1.1 Go to the AWS Lambda Console and click on Create Function

1.2 Select an Execution Role for your Function

This is important because this ensures that your Lambda has access to your source & destination buckets. Either you can use an existing role that already has access to the S3 buckets, or you can choose to Create an execution role. If you choose the later, you will need to attach S3 permission to your role.

1.2.1 Optional – S3 Permission for new execution role

Go to Basic settings in your Lambda Function. You will find this when you scroll down your Lambda Function. Click Edit. You can edit your Lambda runtime settings here, like Timeout – Max of 15 mins. This is the time for which your Lambda can run. Advisable to set this as per your job requirement. Any time you get an error of Lambda timed out. You can increase this value.

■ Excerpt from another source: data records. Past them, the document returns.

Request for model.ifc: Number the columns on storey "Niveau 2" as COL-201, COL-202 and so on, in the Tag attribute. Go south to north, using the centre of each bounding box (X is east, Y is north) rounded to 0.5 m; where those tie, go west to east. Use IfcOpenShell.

First a look at what the model holds.

```python
import ifcopenshell
import ifcopenshell.util.element
import ifcopenshell.util.placement

model = ifcopenshell.open("model.ifc")
print(model.schema)
storey = next(s for s in model.by_type("IfcBuildingStorey") if s.Name == "Niveau 2")
columns = [e for e in ifcopenshell.util.element.get_decomposition(storey) if e.is_a("IfcColumn")]
for e in sorted(columns, key=lambda e: e.id()):
    origin = ifcopenshell.util.placement.get_local_placement(e.ObjectPlacement)[:3, 3]
    print(e.id(), e.Tag, e.Name, origin.round(2) + 0.0, sep=" | ")
```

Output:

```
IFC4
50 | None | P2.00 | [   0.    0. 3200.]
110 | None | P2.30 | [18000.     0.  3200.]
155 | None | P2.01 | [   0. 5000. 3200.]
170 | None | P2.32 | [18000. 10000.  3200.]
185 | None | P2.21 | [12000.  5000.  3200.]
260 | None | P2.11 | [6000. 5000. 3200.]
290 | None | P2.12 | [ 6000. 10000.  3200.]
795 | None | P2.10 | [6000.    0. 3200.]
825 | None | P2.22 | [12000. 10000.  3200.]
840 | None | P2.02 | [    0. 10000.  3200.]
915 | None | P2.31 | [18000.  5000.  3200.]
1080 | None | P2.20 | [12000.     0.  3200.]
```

```python
import ifcopenshell
import ifcopenshell.geom
import ifcopenshell.util.element
import ifcopenshell.util.shape

model = ifcopenshell.open("model.ifc")
settings = ifcopenshell.geom.settings()
settings.set("use-world-coords", True)


def centre(element):
    shape = ifcopenshell.geom.create_shape(settings, element)
    return ifcopenshell.util.shape.get_bbox_centroid(shape.geometry)


storey = next(s for s in model.by_type("IfcBuildingStorey") if s.Name == "Niveau 2")
columns = [e for e in ifcopenshell.util.element.get_decomposition(storey) if e.is_a("IfcColumn")]

# Insertion points can sit at a corner or the storey origin, so sort by the geometry (in metres).
centres = {e: centre(e) for e in columns}
columns.sort(key=lambda e: (round(centres[e][1] / 0.5), centres[e][0]))

for i, e in enumerate(columns, start=1):
    number = f"COL-2{i:02d}"
    e.Tag = number
    print(e.id(), number)

model.write("model-out.ifc")
```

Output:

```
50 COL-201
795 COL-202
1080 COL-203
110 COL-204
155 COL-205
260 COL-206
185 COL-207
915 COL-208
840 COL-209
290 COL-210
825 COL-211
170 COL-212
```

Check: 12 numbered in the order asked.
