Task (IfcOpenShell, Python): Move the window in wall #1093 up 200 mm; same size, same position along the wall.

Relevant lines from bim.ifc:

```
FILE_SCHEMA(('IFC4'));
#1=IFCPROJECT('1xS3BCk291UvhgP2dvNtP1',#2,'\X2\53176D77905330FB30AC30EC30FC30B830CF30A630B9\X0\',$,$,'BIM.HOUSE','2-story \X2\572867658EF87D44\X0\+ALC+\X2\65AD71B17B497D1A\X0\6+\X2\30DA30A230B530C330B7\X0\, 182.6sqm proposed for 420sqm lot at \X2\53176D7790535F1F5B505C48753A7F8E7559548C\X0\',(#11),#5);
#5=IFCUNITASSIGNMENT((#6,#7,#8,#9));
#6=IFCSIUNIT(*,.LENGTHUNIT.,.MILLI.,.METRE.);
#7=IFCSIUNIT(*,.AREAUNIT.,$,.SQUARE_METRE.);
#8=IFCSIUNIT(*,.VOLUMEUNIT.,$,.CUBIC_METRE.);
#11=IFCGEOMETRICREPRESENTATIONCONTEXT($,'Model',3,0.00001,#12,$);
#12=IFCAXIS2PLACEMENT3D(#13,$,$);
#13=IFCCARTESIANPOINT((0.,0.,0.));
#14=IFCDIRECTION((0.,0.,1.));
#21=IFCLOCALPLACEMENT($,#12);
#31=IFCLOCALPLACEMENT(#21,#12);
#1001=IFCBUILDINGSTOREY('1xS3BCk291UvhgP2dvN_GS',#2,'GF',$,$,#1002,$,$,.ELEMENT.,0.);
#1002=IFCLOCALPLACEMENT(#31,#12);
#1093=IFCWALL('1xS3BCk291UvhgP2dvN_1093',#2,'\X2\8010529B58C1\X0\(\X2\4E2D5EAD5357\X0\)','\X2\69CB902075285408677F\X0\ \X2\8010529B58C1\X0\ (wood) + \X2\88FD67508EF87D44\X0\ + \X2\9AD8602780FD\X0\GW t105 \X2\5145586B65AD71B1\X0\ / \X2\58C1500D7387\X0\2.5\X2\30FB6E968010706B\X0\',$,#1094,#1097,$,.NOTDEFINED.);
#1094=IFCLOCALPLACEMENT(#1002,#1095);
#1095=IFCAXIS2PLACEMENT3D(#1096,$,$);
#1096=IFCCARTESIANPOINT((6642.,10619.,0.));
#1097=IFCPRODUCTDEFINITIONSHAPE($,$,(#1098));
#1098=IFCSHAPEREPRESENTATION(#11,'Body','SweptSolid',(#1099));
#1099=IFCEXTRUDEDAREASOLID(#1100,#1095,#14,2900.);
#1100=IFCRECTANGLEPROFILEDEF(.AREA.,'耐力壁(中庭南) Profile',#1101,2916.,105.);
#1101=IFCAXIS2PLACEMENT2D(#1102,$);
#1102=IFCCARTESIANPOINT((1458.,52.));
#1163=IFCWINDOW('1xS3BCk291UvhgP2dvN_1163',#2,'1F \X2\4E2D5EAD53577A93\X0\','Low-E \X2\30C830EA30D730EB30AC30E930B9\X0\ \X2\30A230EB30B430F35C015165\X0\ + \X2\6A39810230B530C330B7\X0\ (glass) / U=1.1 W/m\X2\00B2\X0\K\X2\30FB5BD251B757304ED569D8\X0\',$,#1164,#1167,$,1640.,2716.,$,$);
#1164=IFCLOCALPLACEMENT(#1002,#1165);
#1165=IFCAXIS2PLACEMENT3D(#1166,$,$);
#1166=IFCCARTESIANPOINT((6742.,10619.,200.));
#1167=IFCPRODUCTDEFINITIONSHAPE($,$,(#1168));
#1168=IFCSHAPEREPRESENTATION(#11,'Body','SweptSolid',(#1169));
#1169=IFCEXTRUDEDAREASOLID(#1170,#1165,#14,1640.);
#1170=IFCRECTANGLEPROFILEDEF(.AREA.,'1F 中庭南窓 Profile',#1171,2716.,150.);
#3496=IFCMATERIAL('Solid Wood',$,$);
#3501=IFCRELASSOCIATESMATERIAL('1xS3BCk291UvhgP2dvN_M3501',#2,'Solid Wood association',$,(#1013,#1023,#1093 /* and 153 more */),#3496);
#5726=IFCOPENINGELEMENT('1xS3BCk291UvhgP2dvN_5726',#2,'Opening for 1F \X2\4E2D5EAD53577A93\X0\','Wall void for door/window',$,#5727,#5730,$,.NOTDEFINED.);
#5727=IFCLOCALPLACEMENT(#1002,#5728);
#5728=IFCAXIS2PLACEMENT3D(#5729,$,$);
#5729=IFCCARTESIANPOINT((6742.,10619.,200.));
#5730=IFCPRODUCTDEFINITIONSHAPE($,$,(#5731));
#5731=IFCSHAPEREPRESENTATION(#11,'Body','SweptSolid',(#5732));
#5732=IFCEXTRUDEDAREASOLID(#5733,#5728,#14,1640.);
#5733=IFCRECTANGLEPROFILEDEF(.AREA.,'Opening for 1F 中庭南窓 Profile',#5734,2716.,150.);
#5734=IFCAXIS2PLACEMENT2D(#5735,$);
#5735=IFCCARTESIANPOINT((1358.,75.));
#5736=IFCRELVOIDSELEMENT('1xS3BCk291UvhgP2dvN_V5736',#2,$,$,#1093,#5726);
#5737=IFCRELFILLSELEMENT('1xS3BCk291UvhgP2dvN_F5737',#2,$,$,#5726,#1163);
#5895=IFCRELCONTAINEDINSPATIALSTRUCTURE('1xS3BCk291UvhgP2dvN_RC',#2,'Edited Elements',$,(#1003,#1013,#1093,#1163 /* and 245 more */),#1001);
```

```python
import numpy as np
import ifcopenshell
import ifcopenshell.api.geometry
import ifcopenshell.util.placement
import ifcopenshell.util.unit

model = ifcopenshell.open("bim.ifc")
unit_scale = ifcopenshell.util.unit.calculate_unit_scale(model)

window = model.by_id(1163)
opening = window.FillsVoids[0].RelatingOpeningElement
dz = 0.2 / unit_scale

shift = np.array([0.0, 0.0, dz])
# The window is not placed relative to its opening, so move both.
for product in (opening, window):
    matrix = ifcopenshell.util.placement.get_local_placement(product.ObjectPlacement)
    matrix[:3, 3] += shift
    ifcopenshell.api.geometry.edit_object_placement(model, product=product, matrix=matrix, is_si=False)

print(f"moved by {dz * unit_scale:+.3f} m")

model.write("bim_rev.ifc")
```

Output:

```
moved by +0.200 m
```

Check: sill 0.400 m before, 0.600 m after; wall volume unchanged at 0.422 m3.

Or you can also check the Permissions section for the role.

Click on View the <your-function-name>-role-<xyzabcd> role on the IAM console. This takes you to the IAM console. Click on Attach policies. You can also create inline policy if you need more control on the access you are providing. You can restrict this to particular buckets. For ease of demonstration, we are using AmazonS3FullAccess here.

Select AmazonS3FullAccess, click on Attach policy

Once the policy is successfully attached to your role, you can go back to your Lambda Function.

2. Setting S3 Event Trigger

2.1 Under Designer tab, Click on Add trigger

2.2 From the Trigger List dropdown, select S3 events

Select your source bucket. There are various event types you can choose from.

Find out more about S3 events here, https://docs.aws.amazon.com/AmazonS3/latest/dev/NotificationHowTo.html#notification-how-to-event-types-and-destinations

We are using PUT since we want this event to trigger our Lambda when any new files are uploaded to our source bucket. You can add Prefix & Suffix if you need any particular type of files. Check on Enable Trigger

Python Script

We now write a simple Python script which will pick the incoming file from our source bucket and copy it to another location. The best thing about setting the Lambda S3 trigger is, whenever a new file is uploaded, it will trigger our Lambda. We make use of the event object here to gather all the required information.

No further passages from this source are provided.